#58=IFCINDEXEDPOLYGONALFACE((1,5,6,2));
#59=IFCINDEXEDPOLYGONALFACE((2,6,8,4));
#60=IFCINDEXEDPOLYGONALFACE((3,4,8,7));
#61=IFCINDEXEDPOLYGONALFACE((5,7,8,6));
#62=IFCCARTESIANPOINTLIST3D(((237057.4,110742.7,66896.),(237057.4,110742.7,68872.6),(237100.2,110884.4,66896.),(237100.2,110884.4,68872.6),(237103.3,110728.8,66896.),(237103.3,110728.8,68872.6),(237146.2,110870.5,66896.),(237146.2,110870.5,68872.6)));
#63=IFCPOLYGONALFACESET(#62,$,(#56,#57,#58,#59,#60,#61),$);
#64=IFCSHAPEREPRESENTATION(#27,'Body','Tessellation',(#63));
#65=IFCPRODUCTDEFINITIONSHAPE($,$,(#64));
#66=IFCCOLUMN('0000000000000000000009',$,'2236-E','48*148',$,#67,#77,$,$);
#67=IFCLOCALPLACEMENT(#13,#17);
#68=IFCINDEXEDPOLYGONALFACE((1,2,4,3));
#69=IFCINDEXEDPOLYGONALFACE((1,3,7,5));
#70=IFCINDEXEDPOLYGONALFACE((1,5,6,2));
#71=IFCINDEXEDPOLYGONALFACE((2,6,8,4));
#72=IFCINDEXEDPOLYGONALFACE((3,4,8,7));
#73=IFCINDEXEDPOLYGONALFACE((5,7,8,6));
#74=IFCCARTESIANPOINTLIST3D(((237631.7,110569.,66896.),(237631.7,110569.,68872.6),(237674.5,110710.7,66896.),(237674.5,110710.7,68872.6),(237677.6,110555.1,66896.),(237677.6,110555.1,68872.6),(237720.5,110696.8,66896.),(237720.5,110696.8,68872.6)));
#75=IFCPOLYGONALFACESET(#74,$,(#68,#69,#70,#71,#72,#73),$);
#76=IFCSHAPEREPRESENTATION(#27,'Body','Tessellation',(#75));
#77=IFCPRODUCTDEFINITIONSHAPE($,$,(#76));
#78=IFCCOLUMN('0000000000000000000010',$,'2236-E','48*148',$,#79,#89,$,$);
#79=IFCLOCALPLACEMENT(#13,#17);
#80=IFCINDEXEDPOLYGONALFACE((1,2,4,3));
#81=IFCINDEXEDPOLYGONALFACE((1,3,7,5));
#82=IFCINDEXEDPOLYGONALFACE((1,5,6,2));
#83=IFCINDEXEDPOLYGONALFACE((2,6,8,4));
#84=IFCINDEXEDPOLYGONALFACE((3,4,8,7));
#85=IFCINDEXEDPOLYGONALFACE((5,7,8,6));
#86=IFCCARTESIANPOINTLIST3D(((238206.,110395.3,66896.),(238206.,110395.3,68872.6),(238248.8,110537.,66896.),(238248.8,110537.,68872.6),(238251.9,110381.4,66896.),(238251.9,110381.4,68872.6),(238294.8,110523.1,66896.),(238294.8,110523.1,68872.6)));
*-*-*
§ **Work to be completed**: Which lines run from the one holding "#68=IFCINDEXEDPOLYGONALFACE((1,2,4,3));" through the one holding "#76=IFCSHAPEREPRESENTATION(#27,'Body','Tessellation',(#75));" in the records above? Repeat them exactly, both included, and nothing more.

§ **Response to the exercise**:
#68=IFCINDEXEDPOLYGONALFACE((1,2,4,3));
#69=IFCINDEXEDPOLYGONALFACE((1,3,7,5));
#70=IFCINDEXEDPOLYGONALFACE((1,5,6,2));
#71=IFCINDEXEDPOLYGONALFACE((2,6,8,4));
#72=IFCINDEXEDPOLYGONALFACE((3,4,8,7));
#73=IFCINDEXEDPOLYGONALFACE((5,7,8,6));
#74=IFCCARTESIANPOINTLIST3D(((237631.7,110569.,66896.),(237631.7,110569.,68872.6),(237674.5,110710.7,66896.),(237674.5,110710.7,68872.6),(237677.6,110555.1,66896.),(237677.6,110555.1,68872.6),(237720.5,110696.8,66896.),(237720.5,110696.8,68872.6)));
#75=IFCPOLYGONALFACESET(#74,$,(#68,#69,#70,#71,#72,#73),$);
#76=IFCSHAPEREPRESENTATION(#27,'Body','Tessellation',(#75));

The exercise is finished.